Saved entries
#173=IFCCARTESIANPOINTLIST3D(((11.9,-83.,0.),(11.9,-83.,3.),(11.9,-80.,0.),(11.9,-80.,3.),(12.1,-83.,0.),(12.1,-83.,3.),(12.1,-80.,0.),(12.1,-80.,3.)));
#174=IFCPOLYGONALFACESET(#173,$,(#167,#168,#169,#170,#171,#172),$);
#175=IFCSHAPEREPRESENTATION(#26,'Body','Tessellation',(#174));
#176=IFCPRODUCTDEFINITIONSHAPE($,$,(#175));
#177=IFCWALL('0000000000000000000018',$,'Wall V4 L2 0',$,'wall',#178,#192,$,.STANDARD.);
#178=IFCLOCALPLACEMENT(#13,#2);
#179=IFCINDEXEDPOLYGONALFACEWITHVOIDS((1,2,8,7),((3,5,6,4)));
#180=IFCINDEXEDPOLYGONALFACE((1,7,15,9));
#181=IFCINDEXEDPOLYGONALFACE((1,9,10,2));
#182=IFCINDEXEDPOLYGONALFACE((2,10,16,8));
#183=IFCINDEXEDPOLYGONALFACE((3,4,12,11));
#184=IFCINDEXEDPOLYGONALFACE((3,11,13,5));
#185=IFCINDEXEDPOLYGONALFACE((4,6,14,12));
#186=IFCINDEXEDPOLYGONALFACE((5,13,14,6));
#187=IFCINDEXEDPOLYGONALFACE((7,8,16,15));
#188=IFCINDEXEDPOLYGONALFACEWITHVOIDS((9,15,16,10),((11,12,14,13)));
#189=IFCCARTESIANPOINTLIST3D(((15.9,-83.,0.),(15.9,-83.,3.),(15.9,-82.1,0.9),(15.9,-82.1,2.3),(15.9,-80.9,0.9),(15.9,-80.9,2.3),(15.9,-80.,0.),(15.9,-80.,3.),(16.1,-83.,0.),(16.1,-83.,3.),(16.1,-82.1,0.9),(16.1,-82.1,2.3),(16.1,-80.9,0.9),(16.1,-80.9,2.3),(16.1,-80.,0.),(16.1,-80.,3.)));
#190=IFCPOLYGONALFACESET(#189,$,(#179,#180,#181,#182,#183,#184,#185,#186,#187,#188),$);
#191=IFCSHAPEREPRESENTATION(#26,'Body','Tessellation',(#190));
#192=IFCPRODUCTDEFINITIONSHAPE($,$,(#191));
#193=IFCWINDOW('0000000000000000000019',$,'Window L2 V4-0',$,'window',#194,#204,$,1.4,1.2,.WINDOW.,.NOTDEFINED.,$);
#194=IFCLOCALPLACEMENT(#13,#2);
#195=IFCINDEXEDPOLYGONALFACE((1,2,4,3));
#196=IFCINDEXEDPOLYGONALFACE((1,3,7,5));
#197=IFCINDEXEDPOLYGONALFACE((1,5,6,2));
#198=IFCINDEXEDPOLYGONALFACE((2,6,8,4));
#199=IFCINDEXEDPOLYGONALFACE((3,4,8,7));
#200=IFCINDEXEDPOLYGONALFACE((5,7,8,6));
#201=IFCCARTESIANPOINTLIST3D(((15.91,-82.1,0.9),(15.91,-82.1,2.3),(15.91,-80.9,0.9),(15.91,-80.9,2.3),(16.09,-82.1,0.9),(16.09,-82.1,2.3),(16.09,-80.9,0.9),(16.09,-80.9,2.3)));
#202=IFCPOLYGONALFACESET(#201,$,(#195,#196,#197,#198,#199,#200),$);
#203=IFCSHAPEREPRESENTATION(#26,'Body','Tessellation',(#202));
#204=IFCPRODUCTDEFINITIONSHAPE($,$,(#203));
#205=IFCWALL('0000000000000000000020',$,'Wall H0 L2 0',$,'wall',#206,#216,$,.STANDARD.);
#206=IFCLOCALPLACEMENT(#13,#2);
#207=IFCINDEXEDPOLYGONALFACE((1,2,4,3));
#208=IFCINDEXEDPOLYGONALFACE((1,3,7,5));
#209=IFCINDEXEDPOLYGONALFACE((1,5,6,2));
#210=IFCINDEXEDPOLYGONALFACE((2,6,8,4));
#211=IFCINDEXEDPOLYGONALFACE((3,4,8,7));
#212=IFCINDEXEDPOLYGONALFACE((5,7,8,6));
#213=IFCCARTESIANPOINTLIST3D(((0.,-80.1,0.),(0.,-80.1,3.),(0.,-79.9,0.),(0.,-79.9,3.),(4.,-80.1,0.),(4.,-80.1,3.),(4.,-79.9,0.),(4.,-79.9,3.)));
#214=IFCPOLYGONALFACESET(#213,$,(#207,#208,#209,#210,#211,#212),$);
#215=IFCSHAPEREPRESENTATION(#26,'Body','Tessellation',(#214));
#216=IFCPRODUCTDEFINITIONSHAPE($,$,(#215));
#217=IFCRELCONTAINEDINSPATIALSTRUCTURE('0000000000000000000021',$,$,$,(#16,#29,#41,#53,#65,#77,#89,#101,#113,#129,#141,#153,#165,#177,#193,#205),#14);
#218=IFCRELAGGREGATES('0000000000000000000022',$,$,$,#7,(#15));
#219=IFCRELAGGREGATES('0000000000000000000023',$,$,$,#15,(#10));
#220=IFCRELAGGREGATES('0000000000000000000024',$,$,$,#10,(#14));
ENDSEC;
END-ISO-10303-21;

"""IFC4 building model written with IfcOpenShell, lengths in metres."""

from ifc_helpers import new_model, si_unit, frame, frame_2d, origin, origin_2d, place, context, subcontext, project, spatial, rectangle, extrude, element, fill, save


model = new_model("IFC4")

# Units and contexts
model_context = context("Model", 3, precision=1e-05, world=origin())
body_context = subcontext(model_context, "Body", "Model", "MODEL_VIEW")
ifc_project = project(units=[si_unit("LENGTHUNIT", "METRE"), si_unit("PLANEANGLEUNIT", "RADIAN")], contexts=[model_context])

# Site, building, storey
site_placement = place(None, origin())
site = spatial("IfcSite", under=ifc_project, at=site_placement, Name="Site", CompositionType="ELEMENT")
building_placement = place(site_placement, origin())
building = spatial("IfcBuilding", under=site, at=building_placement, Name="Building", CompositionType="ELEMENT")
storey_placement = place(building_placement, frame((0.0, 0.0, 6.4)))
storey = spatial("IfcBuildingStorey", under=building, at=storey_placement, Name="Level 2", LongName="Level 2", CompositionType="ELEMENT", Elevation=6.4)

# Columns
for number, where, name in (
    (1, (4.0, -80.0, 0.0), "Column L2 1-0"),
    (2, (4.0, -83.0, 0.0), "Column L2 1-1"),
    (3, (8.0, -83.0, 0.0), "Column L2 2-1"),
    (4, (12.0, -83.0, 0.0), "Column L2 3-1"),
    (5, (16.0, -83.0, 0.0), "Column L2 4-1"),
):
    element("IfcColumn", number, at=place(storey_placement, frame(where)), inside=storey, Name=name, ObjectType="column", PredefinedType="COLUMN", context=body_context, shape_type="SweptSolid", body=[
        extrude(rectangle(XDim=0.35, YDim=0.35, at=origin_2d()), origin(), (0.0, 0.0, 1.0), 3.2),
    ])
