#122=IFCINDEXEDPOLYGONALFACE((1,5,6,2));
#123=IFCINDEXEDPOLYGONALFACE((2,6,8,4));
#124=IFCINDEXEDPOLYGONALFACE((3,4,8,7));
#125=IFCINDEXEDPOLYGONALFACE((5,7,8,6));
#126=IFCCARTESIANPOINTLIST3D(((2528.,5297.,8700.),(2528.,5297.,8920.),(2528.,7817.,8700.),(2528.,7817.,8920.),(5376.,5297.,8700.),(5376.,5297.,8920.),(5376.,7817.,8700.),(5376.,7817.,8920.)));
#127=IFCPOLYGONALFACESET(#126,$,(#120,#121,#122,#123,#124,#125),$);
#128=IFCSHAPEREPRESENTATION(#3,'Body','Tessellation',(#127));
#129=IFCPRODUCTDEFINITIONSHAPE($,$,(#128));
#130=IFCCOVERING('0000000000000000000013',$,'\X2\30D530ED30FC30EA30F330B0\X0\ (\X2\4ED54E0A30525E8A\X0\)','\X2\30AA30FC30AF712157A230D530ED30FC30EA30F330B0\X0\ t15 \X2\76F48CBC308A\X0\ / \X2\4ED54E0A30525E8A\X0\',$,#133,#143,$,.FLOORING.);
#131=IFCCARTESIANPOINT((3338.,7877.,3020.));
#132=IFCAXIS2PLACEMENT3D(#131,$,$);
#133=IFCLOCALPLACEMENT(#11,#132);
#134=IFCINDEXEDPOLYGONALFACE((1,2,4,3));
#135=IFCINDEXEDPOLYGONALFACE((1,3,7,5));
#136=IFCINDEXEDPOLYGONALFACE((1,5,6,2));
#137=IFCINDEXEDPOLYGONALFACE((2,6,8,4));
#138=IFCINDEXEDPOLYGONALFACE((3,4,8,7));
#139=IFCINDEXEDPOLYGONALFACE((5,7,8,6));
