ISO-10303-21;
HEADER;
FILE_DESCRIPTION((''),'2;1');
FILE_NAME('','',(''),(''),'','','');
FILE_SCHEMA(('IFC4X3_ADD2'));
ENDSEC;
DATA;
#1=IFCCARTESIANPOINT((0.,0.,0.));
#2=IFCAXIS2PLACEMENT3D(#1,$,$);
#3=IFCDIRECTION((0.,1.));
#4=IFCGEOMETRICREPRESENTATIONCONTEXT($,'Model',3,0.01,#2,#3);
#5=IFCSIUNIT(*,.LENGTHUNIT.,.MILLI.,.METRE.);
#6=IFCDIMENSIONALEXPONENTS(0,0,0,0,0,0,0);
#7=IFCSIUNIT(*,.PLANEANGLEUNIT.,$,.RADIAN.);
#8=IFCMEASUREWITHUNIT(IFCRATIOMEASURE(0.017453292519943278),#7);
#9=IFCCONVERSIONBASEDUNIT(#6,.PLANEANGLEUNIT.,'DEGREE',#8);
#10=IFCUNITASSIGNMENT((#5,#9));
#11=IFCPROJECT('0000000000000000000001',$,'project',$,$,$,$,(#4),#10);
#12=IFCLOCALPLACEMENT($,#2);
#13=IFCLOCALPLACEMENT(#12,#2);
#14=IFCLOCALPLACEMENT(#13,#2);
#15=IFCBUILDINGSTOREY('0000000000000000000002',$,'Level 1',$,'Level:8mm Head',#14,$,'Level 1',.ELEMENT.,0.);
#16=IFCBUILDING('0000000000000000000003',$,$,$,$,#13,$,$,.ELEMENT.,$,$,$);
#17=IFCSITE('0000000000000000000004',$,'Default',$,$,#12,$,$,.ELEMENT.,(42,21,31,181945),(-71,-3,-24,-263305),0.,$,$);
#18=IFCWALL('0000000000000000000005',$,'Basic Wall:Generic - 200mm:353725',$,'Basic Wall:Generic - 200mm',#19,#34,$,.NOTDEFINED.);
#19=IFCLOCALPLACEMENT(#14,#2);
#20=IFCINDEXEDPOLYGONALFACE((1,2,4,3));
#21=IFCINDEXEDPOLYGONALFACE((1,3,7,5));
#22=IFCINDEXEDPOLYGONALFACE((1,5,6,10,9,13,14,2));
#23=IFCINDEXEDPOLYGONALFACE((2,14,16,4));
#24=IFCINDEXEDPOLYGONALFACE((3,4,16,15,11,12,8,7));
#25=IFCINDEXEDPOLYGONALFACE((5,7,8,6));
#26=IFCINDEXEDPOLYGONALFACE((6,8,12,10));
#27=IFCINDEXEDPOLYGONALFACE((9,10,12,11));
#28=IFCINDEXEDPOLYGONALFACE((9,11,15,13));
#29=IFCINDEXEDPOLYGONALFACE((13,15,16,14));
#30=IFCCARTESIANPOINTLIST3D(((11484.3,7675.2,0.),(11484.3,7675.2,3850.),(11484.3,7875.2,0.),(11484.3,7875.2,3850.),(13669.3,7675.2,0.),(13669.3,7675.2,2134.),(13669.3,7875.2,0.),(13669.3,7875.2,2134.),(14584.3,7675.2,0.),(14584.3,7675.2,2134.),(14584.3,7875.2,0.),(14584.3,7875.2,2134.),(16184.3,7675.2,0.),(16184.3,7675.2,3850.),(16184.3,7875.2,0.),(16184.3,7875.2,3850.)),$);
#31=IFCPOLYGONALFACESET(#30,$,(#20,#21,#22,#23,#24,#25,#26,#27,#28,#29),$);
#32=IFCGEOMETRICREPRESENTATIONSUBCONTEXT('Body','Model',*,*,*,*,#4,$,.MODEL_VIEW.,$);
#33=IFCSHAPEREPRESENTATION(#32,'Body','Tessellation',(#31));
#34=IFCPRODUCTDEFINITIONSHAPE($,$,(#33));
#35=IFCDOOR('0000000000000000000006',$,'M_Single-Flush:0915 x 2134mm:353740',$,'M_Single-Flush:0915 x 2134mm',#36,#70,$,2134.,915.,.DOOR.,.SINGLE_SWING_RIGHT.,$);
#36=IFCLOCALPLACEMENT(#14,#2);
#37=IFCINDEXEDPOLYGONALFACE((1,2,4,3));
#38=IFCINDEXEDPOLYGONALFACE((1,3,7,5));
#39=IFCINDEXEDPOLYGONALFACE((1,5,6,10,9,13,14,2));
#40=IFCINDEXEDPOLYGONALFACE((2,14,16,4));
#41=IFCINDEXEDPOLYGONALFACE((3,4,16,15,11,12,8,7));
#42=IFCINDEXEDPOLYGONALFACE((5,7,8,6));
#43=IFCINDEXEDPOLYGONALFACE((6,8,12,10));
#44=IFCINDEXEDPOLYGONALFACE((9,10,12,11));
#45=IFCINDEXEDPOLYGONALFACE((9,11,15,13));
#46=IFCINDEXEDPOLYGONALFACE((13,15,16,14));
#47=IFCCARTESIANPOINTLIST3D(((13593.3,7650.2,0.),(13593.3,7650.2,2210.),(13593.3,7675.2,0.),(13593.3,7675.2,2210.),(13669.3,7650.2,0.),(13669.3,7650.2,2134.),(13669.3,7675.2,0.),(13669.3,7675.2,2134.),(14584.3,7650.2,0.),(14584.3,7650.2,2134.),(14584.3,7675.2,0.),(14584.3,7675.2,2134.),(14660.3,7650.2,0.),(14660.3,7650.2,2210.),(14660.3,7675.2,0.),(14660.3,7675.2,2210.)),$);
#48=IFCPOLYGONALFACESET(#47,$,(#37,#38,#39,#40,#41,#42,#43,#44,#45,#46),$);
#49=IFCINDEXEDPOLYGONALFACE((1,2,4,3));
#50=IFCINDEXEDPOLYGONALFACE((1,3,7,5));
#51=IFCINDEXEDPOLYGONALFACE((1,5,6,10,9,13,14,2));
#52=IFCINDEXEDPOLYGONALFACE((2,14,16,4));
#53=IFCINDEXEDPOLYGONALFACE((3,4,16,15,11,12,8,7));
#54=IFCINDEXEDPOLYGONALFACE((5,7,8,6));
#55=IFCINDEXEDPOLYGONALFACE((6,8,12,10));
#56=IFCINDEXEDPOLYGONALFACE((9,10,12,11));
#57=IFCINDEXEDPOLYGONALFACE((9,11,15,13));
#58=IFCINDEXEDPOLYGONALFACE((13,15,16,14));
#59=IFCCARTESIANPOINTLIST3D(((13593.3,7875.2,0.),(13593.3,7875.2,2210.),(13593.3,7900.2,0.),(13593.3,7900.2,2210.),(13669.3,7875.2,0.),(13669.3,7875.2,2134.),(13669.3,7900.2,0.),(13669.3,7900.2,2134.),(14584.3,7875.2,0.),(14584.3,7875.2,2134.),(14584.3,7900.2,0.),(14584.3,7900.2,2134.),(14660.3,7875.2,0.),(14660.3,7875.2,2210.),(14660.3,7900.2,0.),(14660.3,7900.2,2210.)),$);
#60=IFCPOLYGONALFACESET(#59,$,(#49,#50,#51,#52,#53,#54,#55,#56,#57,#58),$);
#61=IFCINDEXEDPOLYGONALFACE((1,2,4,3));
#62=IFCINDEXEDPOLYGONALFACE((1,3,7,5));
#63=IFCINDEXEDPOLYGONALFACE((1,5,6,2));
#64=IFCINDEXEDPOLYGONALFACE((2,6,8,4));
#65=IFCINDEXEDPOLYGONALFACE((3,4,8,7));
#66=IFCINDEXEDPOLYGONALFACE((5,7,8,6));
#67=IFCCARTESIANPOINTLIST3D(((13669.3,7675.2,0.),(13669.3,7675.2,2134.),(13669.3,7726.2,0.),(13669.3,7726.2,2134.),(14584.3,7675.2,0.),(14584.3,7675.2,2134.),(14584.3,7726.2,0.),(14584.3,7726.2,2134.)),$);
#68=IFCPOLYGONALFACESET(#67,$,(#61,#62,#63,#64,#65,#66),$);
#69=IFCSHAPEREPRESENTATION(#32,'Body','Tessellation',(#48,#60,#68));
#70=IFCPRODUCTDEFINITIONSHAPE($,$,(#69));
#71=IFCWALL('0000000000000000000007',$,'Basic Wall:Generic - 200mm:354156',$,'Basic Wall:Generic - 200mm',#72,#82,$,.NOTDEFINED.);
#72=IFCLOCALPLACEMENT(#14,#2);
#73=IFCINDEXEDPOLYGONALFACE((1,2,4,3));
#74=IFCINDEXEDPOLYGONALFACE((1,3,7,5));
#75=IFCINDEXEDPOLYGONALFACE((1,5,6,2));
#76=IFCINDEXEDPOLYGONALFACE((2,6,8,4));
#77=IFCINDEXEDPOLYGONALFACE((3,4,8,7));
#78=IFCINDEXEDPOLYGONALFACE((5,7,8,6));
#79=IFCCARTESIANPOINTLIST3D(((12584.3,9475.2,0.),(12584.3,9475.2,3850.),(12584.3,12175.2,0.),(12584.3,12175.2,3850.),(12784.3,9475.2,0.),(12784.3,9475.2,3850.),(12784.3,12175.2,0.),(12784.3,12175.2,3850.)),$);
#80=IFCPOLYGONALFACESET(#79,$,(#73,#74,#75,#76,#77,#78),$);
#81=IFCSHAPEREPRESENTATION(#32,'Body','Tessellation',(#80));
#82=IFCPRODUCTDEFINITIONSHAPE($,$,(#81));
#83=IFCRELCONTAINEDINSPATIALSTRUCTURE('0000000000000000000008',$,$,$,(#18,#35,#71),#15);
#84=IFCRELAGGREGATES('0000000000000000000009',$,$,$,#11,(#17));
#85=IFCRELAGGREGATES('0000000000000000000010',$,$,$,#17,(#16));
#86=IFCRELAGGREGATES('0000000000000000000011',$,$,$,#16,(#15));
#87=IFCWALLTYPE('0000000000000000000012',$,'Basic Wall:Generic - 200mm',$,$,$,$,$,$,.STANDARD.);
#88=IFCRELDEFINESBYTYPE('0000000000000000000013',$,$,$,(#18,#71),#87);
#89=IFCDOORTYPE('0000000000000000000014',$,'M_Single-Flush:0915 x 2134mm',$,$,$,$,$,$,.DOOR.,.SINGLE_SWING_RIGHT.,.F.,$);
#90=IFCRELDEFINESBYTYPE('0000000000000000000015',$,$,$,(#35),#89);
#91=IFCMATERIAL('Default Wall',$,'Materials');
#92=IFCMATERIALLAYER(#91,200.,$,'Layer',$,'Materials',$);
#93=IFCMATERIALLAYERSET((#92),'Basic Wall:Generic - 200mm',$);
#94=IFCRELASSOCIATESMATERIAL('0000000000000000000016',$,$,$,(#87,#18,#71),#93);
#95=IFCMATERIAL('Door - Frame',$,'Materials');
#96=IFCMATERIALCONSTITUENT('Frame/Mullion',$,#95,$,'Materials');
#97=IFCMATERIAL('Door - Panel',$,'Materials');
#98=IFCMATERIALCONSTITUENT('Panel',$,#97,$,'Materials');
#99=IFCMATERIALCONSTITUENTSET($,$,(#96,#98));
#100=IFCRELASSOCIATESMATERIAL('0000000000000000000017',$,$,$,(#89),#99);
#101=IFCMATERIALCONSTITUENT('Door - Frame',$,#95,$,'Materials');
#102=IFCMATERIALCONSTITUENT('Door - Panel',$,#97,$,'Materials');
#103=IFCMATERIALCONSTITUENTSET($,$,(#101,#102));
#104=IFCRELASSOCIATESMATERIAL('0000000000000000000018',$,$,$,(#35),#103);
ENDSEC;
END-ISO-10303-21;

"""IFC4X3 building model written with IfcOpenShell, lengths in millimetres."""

from ifc_helpers import new_model, entity, si_unit, converted_unit, direction, frame, frame_2d, origin, place, context, subcontext, project, spatial, polyline, rectangle, outline, extrude, clip, bounded_halfspace, source, transform, mapped, material, layer, layer_set, constituent, constituent_set, type_object, type_shapes, element, fill, save


model = new_model("IFC4X3")

# Units and contexts
model_context = context("Model", 3, precision=0.01, world=origin(), true_north=direction((0.0, 1.0)))
body_context = subcontext(model_context, "Body", "Model", "MODEL_VIEW")
ifc_project = project(units=[si_unit("LENGTHUNIT", "METRE", prefix="MILLI"), converted_unit("PLANEANGLEUNIT", "DEGREE", entity("IfcRatioMeasure", 0.017453292519943278), si_unit("PLANEANGLEUNIT", "RADIAN"), dimensions=[0, 0, 0, 0, 0, 0, 0])], contexts=[model_context])

# Site, building, storey
site_placement = place(None, origin())
site = spatial("IfcSite", under=ifc_project, at=site_placement, Name="Default", CompositionType="ELEMENT", RefLatitude=(42, 21, 31, 181945), RefLongitude=(-71, -3, -24, -263305), RefElevation=0.0)
building_placement = place(site_placement, origin())
building = spatial("IfcBuilding", under=site, at=building_placement, CompositionType="ELEMENT")
storey_placement = place(building_placement, origin())
storey = spatial("IfcBuildingStorey", under=building, at=storey_placement, Name="Level 1", ObjectType="Level:8mm Head", LongName="Level 1", CompositionType="ELEMENT", Elevation=0.0)

# Shared definitions
ifc_material_1 = material(Name="Default Wall", Category="Materials")
ifc_layer_1 = layer(ifc_material_1, 200.0, Name="Layer", Category="Materials")
ifc_layer_set_1 = layer_set([ifc_layer_1], Name="Basic Wall:Generic - 200mm")
wall_type = type_object("IfcWallType", Name="Basic Wall:Generic - 200mm", PredefinedType="STANDARD", material=ifc_layer_set_1)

■ What you are asked to do:
In the entries above, find the line with "#53=IFCINDEXEDPOLYGONALFACE((3,4,16,15,11,12,8,7));" and the line with "#58=IFCINDEXEDPOLYGONALFACE((13,15,16,14));", then restate word for word both of them and every line between, with nothing more.

■ Output of the task:
#53=IFCINDEXEDPOLYGONALFACE((3,4,16,15,11,12,8,7));
#54=IFCINDEXEDPOLYGONALFACE((5,7,8,6));
#55=IFCINDEXEDPOLYGONALFACE((6,8,12,10));
#56=IFCINDEXEDPOLYGONALFACE((9,10,12,11));
#57=IFCINDEXEDPOLYGONALFACE((9,11,15,13));
#58=IFCINDEXEDPOLYGONALFACE((13,15,16,14));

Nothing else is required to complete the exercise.